Yes a copy of your contract is required by the Dept of NJ, however they do NOT review nor can they review them for legalities / contract terms, they are not allowed to. They are there to make sure your business is valid and registered, they do NOT certify. They really only want to see you HAVE a contract.
-
all kidding aside, your contract is very important. i agree one should not use another person's contract as it may not be sufficient for the services they render. I do however disagree on the length of their contract. I read someones contract and it was filled with so much legal jargon it made me sick. when i first joined the forums i heard the same "WARNING WARNING WARNING" on a lot of issues including the contract. There are NO IRON CLAD CONTRACTS, no matter how lengthy or short, contracts get broken every day, and people are in litigation every day. A lawyer will take your case knowing he can't win, just to get your money!!! For those that hate Chiro's as crooked, nothing is more crooked than a LAWYER!!! You can have a basic contract and an attorney can redo that contract in legal terms and its EXACTLY the same contract you had, just "fancied" up. Nobody has a contract without a loop-hole. I have seen issues come up in this forum that may not be included in my contract. I don't have a lengthy one, but I have multiple contracts. My contract may be 3 pages for 1 provider, and then 4 for the next. What my contact covers basically is the technical legal issues. The addendum covers the services I will provide. Some providers will have me do the invoicing while others will not, so its not listed as a job duty I will perform. I would say to anyone who is looking at their contract thinking it is too short and not good enough to remember QUALITY beats Quantity every single time. Having a contract put in legal terms lengthens it, not necessarily strengthens it.
-
They really only want to see you HAVE a contract.
Not true that they just want to see you HAVE a contract.......Mine had to be edited twice before they approved it.
-
Some might call it legal "jargon" or "mumbo jumbo", but it isn't and I guess it depends on the quality of the business you have and your provider/clients. I've had providers go thorough my contract with questions and have always commented on thorough it is. It shows I've taken the time at great lengths to protect my business as well as their practice. That's how I see it. Most of the things I added to my contract over the years were due to learning the hard way. I do still think it's very unprofessional and irresponsible to give out OR download.
-
Mine had to be edited twice before they approved it.

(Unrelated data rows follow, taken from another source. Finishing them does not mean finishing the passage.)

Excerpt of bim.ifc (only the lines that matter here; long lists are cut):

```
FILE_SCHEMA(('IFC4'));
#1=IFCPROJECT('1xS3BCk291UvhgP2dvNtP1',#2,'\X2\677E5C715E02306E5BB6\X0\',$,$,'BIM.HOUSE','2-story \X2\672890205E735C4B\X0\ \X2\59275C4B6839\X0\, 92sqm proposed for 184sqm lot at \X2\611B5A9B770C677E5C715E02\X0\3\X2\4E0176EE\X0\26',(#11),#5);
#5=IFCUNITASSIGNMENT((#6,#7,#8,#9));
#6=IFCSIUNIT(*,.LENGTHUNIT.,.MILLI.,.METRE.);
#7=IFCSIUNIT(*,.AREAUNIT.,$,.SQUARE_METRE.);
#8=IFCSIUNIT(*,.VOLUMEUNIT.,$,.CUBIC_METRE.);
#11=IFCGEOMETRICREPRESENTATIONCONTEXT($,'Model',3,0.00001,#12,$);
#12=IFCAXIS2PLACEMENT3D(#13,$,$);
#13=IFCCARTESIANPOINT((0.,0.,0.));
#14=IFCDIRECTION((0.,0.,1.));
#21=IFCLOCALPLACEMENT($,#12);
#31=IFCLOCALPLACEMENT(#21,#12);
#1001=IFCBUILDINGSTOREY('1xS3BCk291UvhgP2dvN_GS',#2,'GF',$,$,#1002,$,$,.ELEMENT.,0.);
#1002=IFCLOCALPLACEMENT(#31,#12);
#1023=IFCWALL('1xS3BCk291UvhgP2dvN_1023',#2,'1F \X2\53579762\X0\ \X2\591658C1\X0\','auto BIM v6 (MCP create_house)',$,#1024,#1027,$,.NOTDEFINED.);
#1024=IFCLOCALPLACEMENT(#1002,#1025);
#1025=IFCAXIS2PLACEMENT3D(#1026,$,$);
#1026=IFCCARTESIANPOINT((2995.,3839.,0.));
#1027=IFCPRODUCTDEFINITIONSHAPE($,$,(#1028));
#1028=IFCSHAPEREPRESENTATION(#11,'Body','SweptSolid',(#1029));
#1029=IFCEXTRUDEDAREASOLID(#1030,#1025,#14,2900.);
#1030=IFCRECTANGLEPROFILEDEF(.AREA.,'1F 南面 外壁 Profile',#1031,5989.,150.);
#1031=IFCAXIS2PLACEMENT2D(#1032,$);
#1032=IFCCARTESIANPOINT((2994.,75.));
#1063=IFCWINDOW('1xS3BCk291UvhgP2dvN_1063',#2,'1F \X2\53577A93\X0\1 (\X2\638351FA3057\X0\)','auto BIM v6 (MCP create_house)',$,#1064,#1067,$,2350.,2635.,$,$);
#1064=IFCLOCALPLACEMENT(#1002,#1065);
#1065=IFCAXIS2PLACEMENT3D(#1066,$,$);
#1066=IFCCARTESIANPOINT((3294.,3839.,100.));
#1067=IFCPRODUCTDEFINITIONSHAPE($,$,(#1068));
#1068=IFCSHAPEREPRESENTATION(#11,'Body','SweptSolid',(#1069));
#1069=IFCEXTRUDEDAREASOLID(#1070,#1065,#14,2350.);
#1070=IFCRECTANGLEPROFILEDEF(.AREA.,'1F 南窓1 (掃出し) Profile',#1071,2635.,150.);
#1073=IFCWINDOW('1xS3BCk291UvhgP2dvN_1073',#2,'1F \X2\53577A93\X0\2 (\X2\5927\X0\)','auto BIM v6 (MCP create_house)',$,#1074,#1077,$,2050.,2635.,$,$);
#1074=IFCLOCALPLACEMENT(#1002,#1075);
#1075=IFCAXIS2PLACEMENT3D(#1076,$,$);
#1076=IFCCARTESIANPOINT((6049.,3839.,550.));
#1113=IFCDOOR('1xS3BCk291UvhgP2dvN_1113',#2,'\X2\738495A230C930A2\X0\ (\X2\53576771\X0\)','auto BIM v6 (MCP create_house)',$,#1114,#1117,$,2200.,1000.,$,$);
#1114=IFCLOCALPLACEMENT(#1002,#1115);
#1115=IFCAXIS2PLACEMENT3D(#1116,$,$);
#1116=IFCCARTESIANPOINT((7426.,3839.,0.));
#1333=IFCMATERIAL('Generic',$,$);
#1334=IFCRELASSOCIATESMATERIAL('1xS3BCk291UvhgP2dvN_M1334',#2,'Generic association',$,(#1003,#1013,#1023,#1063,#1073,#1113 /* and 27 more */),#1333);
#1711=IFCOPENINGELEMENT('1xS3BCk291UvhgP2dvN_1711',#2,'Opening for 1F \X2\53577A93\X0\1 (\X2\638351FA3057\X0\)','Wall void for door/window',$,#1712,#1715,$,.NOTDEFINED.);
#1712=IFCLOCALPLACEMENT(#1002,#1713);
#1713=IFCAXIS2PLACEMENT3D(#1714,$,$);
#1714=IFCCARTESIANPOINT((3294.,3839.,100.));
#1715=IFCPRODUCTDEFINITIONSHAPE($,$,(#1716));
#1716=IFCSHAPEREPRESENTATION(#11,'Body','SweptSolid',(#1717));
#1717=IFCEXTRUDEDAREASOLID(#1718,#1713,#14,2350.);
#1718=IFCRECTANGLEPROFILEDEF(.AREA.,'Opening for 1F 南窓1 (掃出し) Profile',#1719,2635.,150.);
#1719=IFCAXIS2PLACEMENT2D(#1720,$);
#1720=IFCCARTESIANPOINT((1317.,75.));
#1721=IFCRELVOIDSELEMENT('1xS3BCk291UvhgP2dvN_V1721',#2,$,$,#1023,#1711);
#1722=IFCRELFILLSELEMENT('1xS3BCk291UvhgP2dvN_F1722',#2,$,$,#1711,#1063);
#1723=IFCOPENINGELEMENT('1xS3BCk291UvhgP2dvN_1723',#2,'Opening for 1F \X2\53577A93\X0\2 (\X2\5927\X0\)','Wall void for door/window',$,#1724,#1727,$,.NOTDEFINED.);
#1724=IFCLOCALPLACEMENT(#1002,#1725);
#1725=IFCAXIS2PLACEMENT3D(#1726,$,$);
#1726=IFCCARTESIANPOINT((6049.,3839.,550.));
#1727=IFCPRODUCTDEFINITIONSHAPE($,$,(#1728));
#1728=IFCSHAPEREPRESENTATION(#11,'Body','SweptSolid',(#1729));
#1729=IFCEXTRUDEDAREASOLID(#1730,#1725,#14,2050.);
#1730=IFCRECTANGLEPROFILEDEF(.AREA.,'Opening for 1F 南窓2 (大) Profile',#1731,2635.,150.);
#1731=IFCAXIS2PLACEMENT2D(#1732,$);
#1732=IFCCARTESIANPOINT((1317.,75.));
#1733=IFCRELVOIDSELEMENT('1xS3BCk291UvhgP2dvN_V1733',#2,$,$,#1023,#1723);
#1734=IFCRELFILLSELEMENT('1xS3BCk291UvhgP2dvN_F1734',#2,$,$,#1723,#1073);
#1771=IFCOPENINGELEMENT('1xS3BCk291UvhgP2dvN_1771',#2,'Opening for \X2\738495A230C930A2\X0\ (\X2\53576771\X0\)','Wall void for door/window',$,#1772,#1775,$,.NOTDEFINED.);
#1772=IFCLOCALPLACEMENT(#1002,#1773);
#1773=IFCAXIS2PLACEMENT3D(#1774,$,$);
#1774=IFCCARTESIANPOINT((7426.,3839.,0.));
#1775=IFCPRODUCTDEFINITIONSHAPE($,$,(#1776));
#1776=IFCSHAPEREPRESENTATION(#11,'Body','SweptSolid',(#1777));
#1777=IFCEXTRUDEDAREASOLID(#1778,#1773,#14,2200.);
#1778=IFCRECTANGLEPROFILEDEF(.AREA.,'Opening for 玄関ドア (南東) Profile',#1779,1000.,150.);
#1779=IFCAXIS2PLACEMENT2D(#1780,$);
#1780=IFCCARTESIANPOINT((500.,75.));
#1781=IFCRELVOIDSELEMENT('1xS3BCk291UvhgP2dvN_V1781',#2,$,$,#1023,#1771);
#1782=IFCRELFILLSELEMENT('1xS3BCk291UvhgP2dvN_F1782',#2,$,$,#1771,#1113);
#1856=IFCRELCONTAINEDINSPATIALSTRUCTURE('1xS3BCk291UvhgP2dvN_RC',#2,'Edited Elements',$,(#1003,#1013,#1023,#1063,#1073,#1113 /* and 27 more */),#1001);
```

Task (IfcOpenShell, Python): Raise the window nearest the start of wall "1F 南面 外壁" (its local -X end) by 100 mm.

```python
import numpy as np
import ifcopenshell
import ifcopenshell.api.geometry
import ifcopenshell.util.placement
import ifcopenshell.util.unit

model = ifcopenshell.open("bim.ifc")
unit_scale = ifcopenshell.util.unit.calculate_unit_scale(model)

window = model.by_guid("1xS3BCk291UvhgP2dvN_1063")
opening = window.FillsVoids[0].RelatingOpeningElement
dz = 0.1 / unit_scale

shift = np.array([0.0, 0.0, dz])
# The window is not placed relative to its opening, so move both.
for product in (opening, window):
    matrix = ifcopenshell.util.placement.get_local_placement(product.ObjectPlacement)
    matrix[:3, 3] += shift
    ifcopenshell.api.geometry.edit_object_placement(model, product=product, matrix=matrix, is_si=False)

print(f"moved by {dz * unit_scale:+.3f} m")

model.write("bim_updated.ifc")
```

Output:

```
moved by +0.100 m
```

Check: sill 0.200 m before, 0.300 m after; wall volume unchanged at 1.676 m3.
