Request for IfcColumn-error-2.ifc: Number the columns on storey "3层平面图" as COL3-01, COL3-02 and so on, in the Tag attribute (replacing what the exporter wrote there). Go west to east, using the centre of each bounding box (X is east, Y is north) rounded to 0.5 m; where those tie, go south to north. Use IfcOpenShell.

First a look at what the model holds.

```python
import ifcopenshell
import ifcopenshell.util.element
import ifcopenshell.util.placement

model = ifcopenshell.open("IfcColumn-error-2.ifc")
print(model.schema)
storey = next(s for s in model.by_type("IfcBuildingStorey") if s.Name == "3层平面图")
columns = [e for e in ifcopenshell.util.element.get_decomposition(storey) if e.is_a("IfcColumn")]
for e in sorted(columns, key=lambda e: e.id()):
    origin = ifcopenshell.util.placement.get_local_placement(e.ObjectPlacement)[:3, 3]
    print(e.id(), e.Tag, e.Name, origin.round(2) + 0.0, sep=" | ")
```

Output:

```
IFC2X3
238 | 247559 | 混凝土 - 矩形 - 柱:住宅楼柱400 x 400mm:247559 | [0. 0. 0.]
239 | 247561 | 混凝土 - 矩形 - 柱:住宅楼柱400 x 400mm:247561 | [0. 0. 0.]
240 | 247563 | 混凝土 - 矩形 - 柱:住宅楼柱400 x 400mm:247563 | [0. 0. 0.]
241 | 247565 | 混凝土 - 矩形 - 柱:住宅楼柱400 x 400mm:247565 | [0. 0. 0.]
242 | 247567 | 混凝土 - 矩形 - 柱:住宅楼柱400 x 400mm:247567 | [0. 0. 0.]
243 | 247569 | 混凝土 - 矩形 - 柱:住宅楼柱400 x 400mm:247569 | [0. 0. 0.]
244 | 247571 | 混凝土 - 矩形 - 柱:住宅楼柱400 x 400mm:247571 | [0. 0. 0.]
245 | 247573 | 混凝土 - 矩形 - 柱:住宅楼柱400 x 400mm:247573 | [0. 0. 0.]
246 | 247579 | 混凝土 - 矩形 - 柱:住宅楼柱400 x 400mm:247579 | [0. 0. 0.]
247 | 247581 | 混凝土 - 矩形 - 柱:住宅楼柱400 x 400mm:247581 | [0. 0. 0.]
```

```python
import ifcopenshell
import ifcopenshell.geom
import ifcopenshell.util.element
import ifcopenshell.util.shape

model = ifcopenshell.open("IfcColumn-error-2.ifc")
settings = ifcopenshell.geom.settings()
settings.set("use-world-coords", True)


def centre(element):
    shape = ifcopenshell.geom.create_shape(settings, element)
    return ifcopenshell.util.shape.get_bbox_centroid(shape.geometry)


storey = next(s for s in model.by_type("IfcBuildingStorey") if s.Name == "3层平面图")
columns = [e for e in ifcopenshell.util.element.get_decomposition(storey) if e.is_a("IfcColumn")]

# Insertion points can sit at a corner or the storey origin, so sort by the geometry (in metres).
centres = {e: centre(e) for e in columns}
columns.sort(key=lambda e: (round(centres[e][0] / 0.5), centres[e][1]))

for i, e in enumerate(columns, start=1):
    number = f"COL3-{i:02d}"
    e.Tag = number
    print(e.id(), number)

model.write("IfcColumn-error-2_v2.ifc")
```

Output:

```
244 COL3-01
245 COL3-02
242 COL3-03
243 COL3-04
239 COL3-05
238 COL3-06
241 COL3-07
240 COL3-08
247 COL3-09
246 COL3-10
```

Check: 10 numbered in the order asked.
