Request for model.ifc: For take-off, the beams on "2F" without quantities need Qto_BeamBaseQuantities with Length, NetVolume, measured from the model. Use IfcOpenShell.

First a look at what the model holds.

```python
import ifcopenshell
import ifcopenshell.util.element
import ifcopenshell.util.unit

model = ifcopenshell.open("model.ifc")
print(model.schema)
for unit_type in ("LENGTHUNIT", "AREAUNIT", "VOLUMEUNIT"):
    print(unit_type, ifcopenshell.util.unit.calculate_unit_scale(model, unit_type))
storey = next(s for s in model.by_type("IfcBuildingStorey") if s.Name == "2F")
beams = [e for e in ifcopenshell.util.element.get_decomposition(storey) if e.is_a("IfcBeam")]
for e in sorted(beams, key=lambda e: e.id()):
    print(e.id(), e.is_a(), e.Name, list(ifcopenshell.util.element.get_psets(e, qtos_only=True)), sep=" | ")
```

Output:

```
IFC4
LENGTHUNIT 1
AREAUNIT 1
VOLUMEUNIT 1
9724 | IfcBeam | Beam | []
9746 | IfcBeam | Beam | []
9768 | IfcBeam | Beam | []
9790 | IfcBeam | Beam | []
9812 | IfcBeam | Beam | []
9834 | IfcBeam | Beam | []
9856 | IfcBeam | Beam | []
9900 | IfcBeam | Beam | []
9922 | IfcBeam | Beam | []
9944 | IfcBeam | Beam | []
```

```python
import ifcopenshell
import ifcopenshell.api.pset
import ifcopenshell.geom
import ifcopenshell.util.element
import ifcopenshell.util.shape
import ifcopenshell.util.unit

model = ifcopenshell.open("model.ifc")
unit_scale = ifcopenshell.util.unit.calculate_unit_scale(model)
volume_scale = ifcopenshell.util.unit.calculate_unit_scale(model, "VOLUMEUNIT")
settings = ifcopenshell.geom.settings()

storey = next(s for s in model.by_type("IfcBuildingStorey") if s.Name == "2F")
beams = [e for e in ifcopenshell.util.element.get_decomposition(storey) if e.is_a("IfcBeam")]

for e in sorted(beams, key=lambda e: e.id()):
    if ifcopenshell.util.element.get_psets(e, qtos_only=True, should_inherit=False):
        continue
    # Geometry comes back in metres, in the element's own axes.
    shape = ifcopenshell.geom.create_shape(settings, e)
    values = {
        "Length": ifcopenshell.util.shape.get_max_xyz(shape.geometry) / unit_scale,
        "NetVolume": ifcopenshell.util.shape.get_volume(shape.geometry) / volume_scale,
    }
    qto = ifcopenshell.api.pset.add_qto(model, product=e, name="Qto_BeamBaseQuantities")
    ifcopenshell.api.pset.edit_qto(model, qto=qto, properties=values)
    print(e.id(), {k: round(v, 3) for k, v in values.items()})

model.write("model_v2.ifc")
```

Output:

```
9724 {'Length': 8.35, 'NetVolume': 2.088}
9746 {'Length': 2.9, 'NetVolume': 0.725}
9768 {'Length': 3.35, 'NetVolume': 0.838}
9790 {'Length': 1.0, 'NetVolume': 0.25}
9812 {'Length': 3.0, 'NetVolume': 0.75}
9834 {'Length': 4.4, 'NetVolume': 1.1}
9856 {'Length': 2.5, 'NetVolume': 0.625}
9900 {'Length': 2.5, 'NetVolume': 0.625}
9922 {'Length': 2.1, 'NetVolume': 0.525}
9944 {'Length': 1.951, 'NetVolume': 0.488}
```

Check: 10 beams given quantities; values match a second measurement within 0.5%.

Were they general terms, because a good attorney would have told you that the Dept of insurance is NOT a legal firm nor can they give legal advice. I can see if there were very basic and general things left out or a NJ state specific clause had to be added/revised (there's a few in NJ). Also, I have different contracts for different clients, it's a "legal document" and they can't mandate "ONE" for general use. I can't see how all clients are same, nor services rendered so how can you have one generic blanket contract?
-
and I agree with you on the "download" Linda as far as using a "prototype" contract. I don't agree that people who don't have a lengthy contract don't have one that isn't of substance. I don't agree that because yours is longer that its BETTER. I don't agree that I think less of my business or don't go through what I need to in order to protect it based on the size of my contract. Like I said for newbies, we should let them know the caution of using a blanket contract, or any legal form, however NOBODY can state that if it isn't this long, its has loop holes. I have a very good contract, and its hardly 13 pages long.